L’artiste du soir, lui, préfère en rigoler. « Est-ce que j’ai fait exprès ? Non, comme d’habitude, j’ai glissé au moment de tirer et elle est partie toute seule dans la lucarne », se marre-t-il, avant d’ouvrir la boîte à souvenirs. Retour le 13 février 2015 pour exactement le même but contre Colmar, simplement de l’autre côté du terrain. « C’est un peu à l’image de ce coup franc en National. Je sais exactement ce que je veux faire, le frapper fort au deuxième poteau. Maintenant, avec l’aide du public, elle est retombée dedans, tant mieux ! »

Et tant mieux pour lui, qui a à peu près réussi tout ce qu’il a entrepris samedi. Comme ce double passements de jambe qui nous a rappelé celui de Zidane un soir de quart de finale de Coupe du monde 2006 contre le Brésil. Ou comme ce grand pont, qui a mené à une énorme occasion, sauvée par Dias devant Mothiba (22e). Ou encore comme cette bonne passe dans le tempo à Ajorque qui a abouti au deuxième but alsacien (45e+1) Liénard a même été impliqué dans les deux autres réalisations alsaciennes, dans l’avant-dernière passe.

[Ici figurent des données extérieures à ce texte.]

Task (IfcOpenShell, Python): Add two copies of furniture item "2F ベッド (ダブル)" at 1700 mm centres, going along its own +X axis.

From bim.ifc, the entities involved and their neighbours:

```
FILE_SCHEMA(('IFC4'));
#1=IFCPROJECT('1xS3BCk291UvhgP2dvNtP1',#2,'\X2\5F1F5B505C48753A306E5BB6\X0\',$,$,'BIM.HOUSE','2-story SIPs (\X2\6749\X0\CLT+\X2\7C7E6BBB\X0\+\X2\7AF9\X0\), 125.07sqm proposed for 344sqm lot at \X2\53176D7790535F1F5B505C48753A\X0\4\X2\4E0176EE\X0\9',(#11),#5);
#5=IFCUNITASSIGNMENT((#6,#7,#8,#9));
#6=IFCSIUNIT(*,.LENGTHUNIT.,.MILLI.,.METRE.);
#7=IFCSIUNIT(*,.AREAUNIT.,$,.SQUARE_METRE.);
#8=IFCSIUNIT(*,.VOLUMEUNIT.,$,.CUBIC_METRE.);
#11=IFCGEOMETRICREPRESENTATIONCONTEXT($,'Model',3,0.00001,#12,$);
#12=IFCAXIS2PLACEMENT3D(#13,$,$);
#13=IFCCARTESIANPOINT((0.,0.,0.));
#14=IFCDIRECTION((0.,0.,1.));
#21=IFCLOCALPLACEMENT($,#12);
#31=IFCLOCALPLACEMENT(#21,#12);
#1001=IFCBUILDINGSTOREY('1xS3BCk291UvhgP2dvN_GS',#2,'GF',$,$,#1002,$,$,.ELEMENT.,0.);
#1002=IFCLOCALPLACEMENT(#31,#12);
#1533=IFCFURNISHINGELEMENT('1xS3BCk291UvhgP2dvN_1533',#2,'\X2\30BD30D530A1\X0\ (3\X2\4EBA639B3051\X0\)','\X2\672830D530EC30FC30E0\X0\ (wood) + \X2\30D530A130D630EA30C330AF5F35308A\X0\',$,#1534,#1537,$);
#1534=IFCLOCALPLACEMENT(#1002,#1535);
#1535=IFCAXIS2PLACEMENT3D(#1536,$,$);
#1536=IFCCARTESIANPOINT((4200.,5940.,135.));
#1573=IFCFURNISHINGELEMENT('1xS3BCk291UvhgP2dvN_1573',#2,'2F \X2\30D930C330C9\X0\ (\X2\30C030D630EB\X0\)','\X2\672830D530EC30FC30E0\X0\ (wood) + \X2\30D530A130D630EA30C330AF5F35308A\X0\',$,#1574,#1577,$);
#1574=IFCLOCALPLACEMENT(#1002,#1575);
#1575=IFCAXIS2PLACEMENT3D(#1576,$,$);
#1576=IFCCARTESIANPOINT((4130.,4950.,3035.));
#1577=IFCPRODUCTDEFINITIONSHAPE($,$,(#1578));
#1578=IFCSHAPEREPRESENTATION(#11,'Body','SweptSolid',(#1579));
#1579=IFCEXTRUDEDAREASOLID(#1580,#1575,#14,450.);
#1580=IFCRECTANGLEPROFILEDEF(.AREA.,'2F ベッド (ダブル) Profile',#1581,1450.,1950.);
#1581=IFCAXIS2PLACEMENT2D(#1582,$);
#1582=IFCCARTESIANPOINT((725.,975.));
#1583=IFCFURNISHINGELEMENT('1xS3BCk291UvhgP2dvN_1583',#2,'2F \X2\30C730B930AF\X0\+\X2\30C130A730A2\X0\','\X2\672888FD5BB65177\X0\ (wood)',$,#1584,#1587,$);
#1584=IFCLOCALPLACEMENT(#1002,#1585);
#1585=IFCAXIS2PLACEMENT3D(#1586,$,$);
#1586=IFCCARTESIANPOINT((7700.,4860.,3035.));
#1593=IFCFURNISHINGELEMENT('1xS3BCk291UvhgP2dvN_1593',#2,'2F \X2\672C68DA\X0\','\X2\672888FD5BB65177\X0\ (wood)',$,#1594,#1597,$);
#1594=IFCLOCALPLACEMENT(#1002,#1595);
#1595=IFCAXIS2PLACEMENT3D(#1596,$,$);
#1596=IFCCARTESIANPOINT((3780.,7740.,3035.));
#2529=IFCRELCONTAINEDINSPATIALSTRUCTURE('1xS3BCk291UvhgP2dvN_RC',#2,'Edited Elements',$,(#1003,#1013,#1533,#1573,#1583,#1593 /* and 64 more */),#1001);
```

```python
import ifcopenshell
import ifcopenshell.api.geometry
import ifcopenshell.api.root
import ifcopenshell.util.element
import ifcopenshell.util.placement

model = ifcopenshell.open("bim.ifc")


def reuse_history(source, copy):
    """copy_class also copies each property set's owner history, people and application; keep the originals."""
    for rel in copy.IsDefinedBy:
        if rel.is_a("IfcRelDefinesByProperties") and (history := rel.RelatingPropertyDefinition.OwnerHistory):
            rel.RelatingPropertyDefinition.OwnerHistory = source.OwnerHistory
            ifcopenshell.util.element.remove_deep2(model, history)


source = model.by_id(1573)
base = ifcopenshell.util.placement.get_local_placement(source.ObjectPlacement)
step = base[:3, 0] * 1700.0

for i in range(1, 3):
    copy = ifcopenshell.api.root.copy_class(model, product=source)
    copy.Representation = ifcopenshell.util.element.copy_deep(
        model, source.Representation, exclude=["IfcGeometricRepresentationContext", "IfcRepresentationMap"]
    )
    reuse_history(source, copy)
    matrix = base.copy()
    matrix[:3, 3] += i * step
    print("added at", matrix[:3, 3].round(3) + 0.0)
    ifcopenshell.api.geometry.edit_object_placement(model, product=copy, matrix=matrix, is_si=False)

model.write("bim_v2.ifc")
```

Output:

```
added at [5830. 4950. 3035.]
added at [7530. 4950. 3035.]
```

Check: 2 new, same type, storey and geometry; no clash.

« C’était du grand Dim ce soir », résume son partenaire et ami, Adrien Thomasson. « On le sait, quand il est à la Meinau, ça le transcende. C’est un bon joueur de foot, il l’a encore prouvé. » Sa performance n’a même plus étonné son coach. « Dimitri ? Il a aussi fait des super matchs ces derniers temps », a répondu Thierry Laurey, qui avait avoué plus tôt dans la saison son admiration pour le natif de Belfort. « Peu importe le niveau, il s’y met », avait-il dit, en référence au parcours de Liénard. A ce parcours d’un joueur amateur arrivé en 2013 au Racing, alors en National, et qui a depuis vécu toutes ses aventures. Sans jamais en être spectateur.

Le premier maintien en Ligue 1 du club alsacien ? C’était lui, avec déjà un coup franc resté dans les mémoires contre Lyon. La panenka en finale de la Coupe de la Ligue l'an dernier face à Guingamp ? Encore lui. L’homme, franc et attachant est devenu le symbole de son club ces dernières années. Avec le départ de deux « grognards » l’été dernier, Pablo Martinez et Anthony Gonçalves, il a même endossé un rôle de patron cette saison.

Pour s’en convaincre, il y a juste à le regarder haranguer ses partenaires pendant le match contre Nîmes ou le voir décider par où commencer le tour d’honneur après. Tout ça vaut bien un 10.